Lead sophisticated solve and resolution of network incidents spanning LAN, WAN, VPN, SD-WAN, data centers, and cloud networks (AWS, Azure, GCP).
Drive adoption and integration of AI Ops tools (e.g., Dynatrace, LogicMonitor) to enable proactive anomaly detection, alert correlation, and incident automation.
Work with engineering and platform teams to expand observability coverage, tune alerting thresholds, and onboard new network services to SRC monitoring.
Perform deep-dive root cause analyses (RCAs), lead incident reviews, and implement preventive actions to improve service resilience.
Design and build dashboards, reliability reports, and KPIs (MTTR, latency, packet loss, availability) to improve visibility and decision-making.
Contribute to network automation initiatives using tools like Ansible and Terraform; develop and maintain intelligent playbooks for remediation workflows.
Tune and optimize AI/ML models used in telemetry analysis and predictive incident detection.
Work on a shift pattern, on a 24/7/365 operating model, while being able to work independently and flexibly in response to emergencies or critical issues
Certifications such as Cisco CCNA/CCNP, CompTIA Network+, or equivalent.
In addition, the Cisco DevNet Certification would be highly advantageous.
Hands-on experience with network technologies and protocols (TCP/IP, BGP, OSPF, DNS, DHCP, SDWAN).

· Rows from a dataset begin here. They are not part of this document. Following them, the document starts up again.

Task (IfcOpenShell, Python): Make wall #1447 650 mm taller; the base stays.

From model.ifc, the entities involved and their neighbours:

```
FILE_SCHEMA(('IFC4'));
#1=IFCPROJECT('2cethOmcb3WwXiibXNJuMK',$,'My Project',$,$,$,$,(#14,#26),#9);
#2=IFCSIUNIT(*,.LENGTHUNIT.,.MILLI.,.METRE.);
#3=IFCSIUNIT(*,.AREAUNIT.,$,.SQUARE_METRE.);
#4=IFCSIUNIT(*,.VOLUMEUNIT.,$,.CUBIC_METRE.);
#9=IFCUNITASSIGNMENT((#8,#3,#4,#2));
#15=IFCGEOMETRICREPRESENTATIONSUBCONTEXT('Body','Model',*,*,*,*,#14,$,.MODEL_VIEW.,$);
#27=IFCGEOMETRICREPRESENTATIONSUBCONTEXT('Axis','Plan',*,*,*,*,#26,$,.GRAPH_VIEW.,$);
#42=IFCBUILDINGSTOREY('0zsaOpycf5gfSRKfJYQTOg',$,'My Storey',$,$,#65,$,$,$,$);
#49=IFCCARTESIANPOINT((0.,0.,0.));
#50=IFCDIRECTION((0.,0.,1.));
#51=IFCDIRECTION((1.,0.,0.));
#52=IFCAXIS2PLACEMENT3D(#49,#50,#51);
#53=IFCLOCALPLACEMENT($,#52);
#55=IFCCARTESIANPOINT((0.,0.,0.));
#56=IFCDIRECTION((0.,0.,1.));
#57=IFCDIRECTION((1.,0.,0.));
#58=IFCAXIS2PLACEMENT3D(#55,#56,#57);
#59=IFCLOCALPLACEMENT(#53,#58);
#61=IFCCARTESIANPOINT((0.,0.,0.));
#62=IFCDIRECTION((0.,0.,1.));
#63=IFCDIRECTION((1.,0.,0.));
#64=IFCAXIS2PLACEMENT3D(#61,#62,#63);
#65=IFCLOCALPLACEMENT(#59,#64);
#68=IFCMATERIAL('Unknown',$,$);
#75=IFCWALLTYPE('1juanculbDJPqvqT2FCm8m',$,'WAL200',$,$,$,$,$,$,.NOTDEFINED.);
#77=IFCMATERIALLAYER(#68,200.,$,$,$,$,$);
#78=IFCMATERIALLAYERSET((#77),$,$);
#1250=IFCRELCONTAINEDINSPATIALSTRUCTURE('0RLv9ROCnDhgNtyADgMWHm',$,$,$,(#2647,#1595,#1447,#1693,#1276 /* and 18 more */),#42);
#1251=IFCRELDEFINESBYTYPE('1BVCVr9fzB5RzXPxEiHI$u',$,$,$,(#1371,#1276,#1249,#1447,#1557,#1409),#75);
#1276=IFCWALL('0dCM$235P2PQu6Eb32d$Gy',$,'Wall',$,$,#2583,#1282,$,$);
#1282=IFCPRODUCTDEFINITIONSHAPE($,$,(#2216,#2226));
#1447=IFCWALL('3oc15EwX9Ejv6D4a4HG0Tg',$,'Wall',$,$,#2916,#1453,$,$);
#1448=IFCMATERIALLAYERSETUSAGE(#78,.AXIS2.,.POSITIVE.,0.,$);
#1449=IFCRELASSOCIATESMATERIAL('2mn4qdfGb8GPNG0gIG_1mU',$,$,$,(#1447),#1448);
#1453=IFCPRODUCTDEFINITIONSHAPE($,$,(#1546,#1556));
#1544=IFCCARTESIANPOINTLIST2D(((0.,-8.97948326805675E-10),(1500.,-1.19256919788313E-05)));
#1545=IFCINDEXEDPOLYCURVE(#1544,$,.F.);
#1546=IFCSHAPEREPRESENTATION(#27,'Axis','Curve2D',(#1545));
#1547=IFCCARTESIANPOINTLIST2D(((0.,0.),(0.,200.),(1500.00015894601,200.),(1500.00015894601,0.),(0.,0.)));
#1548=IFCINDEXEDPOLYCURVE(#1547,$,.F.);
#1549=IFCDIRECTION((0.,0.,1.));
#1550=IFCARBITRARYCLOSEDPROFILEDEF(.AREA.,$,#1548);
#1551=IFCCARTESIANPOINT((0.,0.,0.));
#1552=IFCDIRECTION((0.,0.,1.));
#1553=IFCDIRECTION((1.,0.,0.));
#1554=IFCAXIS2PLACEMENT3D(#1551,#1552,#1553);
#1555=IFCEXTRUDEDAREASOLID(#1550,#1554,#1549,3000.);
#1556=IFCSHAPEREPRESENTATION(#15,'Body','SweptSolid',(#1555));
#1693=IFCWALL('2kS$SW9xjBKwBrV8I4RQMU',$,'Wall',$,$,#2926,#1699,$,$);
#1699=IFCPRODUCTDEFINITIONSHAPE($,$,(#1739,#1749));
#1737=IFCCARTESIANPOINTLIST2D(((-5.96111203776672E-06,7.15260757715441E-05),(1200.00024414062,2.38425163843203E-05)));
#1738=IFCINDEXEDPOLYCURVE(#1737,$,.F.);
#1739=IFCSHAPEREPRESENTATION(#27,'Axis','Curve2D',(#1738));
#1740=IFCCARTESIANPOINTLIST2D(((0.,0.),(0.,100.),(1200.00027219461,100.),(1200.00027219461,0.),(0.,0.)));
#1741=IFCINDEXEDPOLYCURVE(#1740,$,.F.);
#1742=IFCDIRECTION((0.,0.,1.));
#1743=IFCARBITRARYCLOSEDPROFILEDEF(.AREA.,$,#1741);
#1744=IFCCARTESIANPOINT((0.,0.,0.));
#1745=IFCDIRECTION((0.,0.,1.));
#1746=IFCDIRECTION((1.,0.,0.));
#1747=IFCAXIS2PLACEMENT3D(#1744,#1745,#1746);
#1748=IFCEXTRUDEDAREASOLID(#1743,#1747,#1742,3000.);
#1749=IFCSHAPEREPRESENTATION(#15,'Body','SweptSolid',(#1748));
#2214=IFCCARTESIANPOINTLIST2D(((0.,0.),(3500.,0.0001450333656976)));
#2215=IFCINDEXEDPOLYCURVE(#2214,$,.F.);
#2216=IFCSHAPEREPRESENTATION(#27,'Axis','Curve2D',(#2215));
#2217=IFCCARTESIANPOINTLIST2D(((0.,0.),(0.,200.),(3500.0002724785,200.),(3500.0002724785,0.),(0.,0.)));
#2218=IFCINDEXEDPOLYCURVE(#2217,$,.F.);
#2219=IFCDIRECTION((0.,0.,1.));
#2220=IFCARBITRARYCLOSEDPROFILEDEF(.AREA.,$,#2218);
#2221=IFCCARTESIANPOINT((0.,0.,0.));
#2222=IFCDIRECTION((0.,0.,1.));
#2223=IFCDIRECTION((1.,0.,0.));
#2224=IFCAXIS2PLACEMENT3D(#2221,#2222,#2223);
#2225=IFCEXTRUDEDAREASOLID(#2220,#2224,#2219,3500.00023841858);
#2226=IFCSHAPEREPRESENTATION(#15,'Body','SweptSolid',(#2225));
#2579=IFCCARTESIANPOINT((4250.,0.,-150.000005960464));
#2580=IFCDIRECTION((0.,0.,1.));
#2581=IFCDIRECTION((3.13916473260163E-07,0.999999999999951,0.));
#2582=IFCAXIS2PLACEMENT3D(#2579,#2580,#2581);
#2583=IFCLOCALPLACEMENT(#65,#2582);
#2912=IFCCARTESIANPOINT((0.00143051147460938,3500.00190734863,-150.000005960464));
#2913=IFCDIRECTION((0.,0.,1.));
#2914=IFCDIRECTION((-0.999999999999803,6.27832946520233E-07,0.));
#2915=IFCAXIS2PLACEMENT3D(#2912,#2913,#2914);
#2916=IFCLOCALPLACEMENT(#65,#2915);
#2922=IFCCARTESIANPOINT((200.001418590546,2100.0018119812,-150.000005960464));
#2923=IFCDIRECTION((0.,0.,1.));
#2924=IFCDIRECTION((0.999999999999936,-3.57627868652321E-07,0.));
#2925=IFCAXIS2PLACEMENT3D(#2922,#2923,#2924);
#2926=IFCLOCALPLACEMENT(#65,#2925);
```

```python
import ifcopenshell
import ifcopenshell.geom
import ifcopenshell.util.representation
import ifcopenshell.util.shape
import ifcopenshell.util.unit

model = ifcopenshell.open("model.ifc")
unit_scale = ifcopenshell.util.unit.calculate_unit_scale(model)
settings = ifcopenshell.geom.settings()


def volume(element):
    """Net volume in cubic metres, openings subtracted."""
    shape = ifcopenshell.geom.create_shape(settings, element)
    return ifcopenshell.util.shape.get_volume(shape.geometry)


wall = model.by_id(1447)
before = volume(wall)

body = ifcopenshell.util.representation.get_representation(wall, "Model", "Body")
solid = body.Items[0]
old_height = solid.Depth
solid.Depth += 0.65 / unit_scale
after = volume(wall)

print(f"height {old_height:g} -> {solid.Depth:g}, volume {before:.3f} -> {after:.3f} m3")

model.write("model_rev.ifc")
```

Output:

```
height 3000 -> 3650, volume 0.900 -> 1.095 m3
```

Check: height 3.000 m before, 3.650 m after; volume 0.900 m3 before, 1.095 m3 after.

Experience with public cloud networking (AWS, Azure, GCP).
Familiarity with ITIL and SRE principles (SLI/SLOs, error budgets, incident command).
Experience integrating AI Ops tools with ITSM systems (e.g., ServiceNow, Jira Service Management).
Exposure to automation/orchestration tools (Ansible and Terraform).
Required Skills and Experience:
3–6 years of hands-on experience in Platform Operations, or Infrastructure Support roles.
Good experience with observability tools (e.g., Dynatrace, Logic Monitor, Datadog, Splunk) for real-time monitoring, alerting, and diagnostics.
Proficiency in a scripting or programming languages (e.g., Python, Java, .NET, Node.js, Ansible or JavaScript).
Practical knowledge of infrastructure automation using Ansible, including writing playbooks.
Proficient in ticket management via an ITSM platform such as ServiceNow.
Experience leading incident response, driving service restoration and coordinating root cause analysis.
Effective communicator within a team with a proactive approach and personal accountability for outcomes.
Ability to analyze incident patterns and metrics to proactively recommend reliability improvements.